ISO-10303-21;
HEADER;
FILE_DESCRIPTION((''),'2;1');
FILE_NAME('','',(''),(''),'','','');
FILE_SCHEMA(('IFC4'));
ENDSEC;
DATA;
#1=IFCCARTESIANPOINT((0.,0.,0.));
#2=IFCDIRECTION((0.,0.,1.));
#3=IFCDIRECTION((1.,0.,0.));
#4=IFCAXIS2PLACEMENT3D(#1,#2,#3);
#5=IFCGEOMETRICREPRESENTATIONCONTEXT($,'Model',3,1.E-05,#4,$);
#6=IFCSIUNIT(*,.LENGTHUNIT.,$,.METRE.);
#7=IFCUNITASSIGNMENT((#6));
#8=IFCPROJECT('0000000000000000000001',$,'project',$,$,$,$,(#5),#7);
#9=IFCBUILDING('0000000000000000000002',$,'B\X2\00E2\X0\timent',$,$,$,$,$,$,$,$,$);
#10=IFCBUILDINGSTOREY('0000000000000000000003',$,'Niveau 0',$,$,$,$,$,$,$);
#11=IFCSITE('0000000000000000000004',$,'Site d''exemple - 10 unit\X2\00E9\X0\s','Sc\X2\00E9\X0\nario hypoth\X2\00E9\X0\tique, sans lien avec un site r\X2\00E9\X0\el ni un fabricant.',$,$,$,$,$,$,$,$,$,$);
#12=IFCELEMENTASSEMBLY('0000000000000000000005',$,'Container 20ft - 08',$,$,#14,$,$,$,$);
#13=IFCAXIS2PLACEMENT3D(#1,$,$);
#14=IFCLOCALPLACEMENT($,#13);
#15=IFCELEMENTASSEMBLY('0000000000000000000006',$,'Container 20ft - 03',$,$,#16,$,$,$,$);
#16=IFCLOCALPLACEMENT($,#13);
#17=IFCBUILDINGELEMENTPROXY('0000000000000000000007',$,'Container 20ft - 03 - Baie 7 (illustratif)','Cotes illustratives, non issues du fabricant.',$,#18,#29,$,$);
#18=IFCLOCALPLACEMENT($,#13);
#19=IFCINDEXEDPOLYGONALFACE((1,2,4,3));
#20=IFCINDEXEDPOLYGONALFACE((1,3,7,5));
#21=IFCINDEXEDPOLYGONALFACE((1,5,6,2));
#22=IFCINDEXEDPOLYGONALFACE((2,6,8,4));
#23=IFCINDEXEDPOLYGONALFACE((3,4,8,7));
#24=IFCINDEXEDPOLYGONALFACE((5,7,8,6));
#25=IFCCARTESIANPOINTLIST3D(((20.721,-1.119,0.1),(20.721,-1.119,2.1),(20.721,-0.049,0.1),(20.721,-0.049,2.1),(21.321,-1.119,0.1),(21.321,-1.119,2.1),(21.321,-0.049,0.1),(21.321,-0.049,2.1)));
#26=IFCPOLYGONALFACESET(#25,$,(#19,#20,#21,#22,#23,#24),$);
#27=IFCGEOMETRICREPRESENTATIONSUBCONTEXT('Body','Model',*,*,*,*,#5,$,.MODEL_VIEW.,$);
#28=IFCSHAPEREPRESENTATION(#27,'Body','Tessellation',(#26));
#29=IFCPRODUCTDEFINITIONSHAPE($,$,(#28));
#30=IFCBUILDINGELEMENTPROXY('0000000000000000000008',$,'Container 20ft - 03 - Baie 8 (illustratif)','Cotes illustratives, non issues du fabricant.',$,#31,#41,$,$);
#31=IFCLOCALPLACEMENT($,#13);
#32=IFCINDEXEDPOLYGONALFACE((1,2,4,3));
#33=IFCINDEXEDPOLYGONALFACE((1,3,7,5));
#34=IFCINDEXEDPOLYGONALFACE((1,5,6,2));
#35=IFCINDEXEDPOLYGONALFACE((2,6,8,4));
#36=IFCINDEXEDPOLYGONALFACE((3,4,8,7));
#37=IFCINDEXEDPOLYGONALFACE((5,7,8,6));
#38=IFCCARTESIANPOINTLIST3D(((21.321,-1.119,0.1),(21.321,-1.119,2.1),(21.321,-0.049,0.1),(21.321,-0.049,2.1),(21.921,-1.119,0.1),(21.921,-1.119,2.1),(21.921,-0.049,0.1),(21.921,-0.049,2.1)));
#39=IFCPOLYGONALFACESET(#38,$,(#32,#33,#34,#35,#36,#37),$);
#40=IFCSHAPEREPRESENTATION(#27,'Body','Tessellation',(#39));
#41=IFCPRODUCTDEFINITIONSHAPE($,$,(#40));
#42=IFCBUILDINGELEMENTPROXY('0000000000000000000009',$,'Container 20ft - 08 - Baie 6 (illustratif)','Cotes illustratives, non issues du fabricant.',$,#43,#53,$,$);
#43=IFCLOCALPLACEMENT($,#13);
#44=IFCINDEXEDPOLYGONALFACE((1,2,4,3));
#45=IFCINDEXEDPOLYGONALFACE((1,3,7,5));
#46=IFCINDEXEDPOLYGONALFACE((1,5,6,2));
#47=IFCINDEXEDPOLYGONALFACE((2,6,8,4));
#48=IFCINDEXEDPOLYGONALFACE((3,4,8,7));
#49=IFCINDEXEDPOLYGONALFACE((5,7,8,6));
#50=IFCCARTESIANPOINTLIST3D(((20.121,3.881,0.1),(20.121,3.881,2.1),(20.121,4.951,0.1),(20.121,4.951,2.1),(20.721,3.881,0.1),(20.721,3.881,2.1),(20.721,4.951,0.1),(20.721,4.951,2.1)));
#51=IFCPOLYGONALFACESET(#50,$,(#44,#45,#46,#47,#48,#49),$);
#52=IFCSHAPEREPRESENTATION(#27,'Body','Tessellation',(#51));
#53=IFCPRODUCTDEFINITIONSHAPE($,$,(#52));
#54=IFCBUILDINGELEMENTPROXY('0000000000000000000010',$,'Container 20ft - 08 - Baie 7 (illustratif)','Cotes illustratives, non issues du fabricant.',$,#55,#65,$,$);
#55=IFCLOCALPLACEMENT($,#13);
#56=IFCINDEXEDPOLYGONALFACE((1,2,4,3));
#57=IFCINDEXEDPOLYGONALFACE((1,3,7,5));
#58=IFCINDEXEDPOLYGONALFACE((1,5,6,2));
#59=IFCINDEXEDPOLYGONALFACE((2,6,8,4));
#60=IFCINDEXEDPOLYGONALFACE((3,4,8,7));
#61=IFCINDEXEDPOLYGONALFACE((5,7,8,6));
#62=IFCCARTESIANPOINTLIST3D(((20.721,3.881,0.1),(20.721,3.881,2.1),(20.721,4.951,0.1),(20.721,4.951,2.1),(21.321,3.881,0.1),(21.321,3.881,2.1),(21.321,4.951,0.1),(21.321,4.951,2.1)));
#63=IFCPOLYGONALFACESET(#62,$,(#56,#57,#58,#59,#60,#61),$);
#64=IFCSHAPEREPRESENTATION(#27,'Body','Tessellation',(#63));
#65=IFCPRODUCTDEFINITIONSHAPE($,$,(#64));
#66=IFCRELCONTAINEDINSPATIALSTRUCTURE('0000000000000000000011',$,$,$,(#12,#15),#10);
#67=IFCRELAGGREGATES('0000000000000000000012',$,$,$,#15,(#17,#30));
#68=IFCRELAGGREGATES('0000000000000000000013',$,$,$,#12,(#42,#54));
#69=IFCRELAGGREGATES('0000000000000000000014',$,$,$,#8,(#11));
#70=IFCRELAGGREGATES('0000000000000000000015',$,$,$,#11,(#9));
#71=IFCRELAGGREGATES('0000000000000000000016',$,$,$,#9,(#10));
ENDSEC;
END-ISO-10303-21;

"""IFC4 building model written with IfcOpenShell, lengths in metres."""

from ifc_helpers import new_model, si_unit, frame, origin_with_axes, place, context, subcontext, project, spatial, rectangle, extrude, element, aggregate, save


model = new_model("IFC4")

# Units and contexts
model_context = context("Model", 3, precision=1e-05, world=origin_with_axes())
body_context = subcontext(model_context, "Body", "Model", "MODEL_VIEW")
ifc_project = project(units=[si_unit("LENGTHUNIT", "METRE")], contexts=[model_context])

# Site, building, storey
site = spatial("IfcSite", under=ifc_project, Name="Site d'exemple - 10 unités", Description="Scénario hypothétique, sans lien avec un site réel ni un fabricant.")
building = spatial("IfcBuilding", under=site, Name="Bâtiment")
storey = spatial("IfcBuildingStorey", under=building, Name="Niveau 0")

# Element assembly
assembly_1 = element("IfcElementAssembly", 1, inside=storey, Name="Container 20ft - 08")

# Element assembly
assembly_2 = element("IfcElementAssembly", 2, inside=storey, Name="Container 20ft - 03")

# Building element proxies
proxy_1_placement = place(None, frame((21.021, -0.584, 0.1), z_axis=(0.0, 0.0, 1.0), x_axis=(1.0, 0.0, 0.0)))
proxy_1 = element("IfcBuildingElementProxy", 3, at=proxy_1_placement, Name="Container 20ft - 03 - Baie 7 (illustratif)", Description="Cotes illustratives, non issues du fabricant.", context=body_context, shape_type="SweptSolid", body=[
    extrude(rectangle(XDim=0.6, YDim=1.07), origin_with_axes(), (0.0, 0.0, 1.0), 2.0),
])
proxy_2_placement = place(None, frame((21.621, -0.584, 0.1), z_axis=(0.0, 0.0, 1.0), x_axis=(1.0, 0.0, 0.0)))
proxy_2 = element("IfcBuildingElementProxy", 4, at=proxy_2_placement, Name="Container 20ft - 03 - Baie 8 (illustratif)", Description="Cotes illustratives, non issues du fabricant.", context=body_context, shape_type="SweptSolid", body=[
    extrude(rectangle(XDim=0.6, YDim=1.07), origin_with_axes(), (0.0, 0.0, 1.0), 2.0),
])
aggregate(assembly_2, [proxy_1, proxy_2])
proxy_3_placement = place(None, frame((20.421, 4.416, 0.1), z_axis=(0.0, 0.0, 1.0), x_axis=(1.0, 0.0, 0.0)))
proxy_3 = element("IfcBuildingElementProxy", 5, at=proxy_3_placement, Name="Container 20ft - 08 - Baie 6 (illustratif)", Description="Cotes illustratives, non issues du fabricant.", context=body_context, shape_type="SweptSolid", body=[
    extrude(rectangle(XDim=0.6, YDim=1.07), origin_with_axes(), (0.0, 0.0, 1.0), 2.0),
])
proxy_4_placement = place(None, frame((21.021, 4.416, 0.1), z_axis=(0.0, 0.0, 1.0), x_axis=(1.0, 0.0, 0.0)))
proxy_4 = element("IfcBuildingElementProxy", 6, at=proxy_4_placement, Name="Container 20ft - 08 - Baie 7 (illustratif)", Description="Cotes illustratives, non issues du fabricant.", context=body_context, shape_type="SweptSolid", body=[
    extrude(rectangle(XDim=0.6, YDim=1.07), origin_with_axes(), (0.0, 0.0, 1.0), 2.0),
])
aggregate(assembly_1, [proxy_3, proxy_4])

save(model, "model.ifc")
--
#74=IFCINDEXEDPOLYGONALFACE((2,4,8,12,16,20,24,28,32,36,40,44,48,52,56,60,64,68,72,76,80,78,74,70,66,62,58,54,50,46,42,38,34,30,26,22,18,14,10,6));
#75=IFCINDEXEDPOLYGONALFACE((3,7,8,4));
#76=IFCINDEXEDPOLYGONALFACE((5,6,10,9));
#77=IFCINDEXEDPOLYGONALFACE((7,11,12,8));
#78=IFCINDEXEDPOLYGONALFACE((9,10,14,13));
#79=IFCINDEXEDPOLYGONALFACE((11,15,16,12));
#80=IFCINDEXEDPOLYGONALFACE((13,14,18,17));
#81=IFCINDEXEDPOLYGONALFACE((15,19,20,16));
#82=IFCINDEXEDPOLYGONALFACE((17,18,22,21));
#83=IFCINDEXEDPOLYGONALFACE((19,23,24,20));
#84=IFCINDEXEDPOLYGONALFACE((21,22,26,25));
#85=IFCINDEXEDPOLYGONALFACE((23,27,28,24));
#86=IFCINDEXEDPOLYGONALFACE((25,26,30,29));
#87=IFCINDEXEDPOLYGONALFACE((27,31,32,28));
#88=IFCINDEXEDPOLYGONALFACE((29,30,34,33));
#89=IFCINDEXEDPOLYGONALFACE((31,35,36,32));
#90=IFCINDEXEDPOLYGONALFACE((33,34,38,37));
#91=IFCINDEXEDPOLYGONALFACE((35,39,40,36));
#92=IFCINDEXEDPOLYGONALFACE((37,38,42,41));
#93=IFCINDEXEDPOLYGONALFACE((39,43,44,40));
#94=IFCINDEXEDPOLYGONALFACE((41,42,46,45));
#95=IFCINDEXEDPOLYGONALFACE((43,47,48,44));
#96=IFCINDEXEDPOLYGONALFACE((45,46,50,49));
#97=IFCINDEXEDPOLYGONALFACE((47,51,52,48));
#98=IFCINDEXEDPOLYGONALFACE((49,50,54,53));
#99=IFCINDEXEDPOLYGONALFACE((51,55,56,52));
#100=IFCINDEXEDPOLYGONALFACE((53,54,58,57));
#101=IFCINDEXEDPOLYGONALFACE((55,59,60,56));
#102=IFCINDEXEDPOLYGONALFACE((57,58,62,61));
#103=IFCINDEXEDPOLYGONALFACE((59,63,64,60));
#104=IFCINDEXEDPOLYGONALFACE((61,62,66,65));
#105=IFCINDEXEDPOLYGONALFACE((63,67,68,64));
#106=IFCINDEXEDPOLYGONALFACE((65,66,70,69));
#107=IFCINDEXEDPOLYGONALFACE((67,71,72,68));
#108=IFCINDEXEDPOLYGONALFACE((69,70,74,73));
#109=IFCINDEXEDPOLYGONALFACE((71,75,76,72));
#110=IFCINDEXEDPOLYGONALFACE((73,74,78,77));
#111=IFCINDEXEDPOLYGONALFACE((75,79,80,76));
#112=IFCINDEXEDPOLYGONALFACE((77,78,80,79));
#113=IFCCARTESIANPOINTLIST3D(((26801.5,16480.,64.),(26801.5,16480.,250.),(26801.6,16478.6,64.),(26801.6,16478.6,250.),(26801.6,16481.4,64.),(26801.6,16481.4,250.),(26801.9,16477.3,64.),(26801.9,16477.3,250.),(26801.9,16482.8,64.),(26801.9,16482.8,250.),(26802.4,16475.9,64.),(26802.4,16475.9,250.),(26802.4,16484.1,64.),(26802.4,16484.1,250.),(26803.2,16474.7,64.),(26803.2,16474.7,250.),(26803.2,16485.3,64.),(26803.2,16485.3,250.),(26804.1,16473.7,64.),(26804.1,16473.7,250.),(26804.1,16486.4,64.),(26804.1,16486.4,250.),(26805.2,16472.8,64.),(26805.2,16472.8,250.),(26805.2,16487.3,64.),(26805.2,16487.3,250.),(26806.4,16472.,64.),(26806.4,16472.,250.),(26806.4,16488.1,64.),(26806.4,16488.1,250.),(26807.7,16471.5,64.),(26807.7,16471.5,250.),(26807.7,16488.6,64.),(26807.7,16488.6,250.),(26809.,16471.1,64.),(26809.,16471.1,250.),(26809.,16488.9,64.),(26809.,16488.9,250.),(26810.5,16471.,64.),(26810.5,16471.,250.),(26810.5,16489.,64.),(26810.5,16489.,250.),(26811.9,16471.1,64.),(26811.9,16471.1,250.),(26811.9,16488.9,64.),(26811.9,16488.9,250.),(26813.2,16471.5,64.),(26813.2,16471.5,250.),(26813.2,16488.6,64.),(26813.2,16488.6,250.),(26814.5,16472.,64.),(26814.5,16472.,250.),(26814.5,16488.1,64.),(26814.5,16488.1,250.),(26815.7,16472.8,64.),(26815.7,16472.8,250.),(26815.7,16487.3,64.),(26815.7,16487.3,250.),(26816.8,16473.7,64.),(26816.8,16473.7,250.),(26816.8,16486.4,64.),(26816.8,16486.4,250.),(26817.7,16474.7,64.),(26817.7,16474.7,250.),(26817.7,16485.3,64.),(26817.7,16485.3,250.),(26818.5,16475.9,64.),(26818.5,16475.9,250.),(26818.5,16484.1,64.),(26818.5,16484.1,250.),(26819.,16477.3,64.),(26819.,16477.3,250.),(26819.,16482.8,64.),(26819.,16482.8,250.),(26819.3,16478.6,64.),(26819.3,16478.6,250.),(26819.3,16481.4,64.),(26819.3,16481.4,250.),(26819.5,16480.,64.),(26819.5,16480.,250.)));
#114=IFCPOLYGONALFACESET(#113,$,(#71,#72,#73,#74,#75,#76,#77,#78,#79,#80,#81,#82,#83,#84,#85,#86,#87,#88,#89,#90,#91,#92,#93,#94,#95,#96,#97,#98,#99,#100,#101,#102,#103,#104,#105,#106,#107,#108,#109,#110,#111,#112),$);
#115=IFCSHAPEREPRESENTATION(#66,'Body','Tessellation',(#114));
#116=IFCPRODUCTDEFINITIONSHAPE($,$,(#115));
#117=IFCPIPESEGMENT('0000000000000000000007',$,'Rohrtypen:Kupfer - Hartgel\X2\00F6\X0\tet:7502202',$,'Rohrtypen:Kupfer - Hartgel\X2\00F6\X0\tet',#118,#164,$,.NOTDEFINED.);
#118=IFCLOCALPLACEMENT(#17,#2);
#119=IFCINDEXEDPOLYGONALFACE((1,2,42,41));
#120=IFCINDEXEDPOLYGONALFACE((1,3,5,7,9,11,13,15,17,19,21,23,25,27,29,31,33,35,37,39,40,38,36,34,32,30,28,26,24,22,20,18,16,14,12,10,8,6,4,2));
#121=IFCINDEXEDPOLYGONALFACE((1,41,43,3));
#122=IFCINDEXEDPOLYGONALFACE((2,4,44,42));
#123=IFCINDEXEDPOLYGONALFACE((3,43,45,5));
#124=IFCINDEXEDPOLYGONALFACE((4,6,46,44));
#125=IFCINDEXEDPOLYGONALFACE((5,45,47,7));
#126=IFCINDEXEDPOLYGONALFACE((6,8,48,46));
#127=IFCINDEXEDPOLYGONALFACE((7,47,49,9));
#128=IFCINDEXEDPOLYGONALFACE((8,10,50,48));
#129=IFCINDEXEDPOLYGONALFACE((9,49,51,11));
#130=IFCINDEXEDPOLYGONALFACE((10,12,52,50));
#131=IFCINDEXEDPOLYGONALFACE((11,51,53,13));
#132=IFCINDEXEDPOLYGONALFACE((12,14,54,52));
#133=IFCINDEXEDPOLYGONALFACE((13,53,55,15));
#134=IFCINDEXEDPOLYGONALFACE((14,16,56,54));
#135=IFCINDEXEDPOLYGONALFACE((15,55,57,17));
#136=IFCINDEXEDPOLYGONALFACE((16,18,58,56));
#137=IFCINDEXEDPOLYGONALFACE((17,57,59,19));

__Problem description__. Working through the records, copy each line in which the word "IFCRELAGGREGATES" appears.

__Task solution__.
#67=IFCRELAGGREGATES('0000000000000000000012',$,$,$,#15,(#17,#30));
#68=IFCRELAGGREGATES('0000000000000000000013',$,$,$,#12,(#42,#54));
#69=IFCRELAGGREGATES('0000000000000000000014',$,$,$,#8,(#11));
#70=IFCRELAGGREGATES('0000000000000000000015',$,$,$,#11,(#9));
#71=IFCRELAGGREGATES('0000000000000000000016',$,$,$,#9,(#10));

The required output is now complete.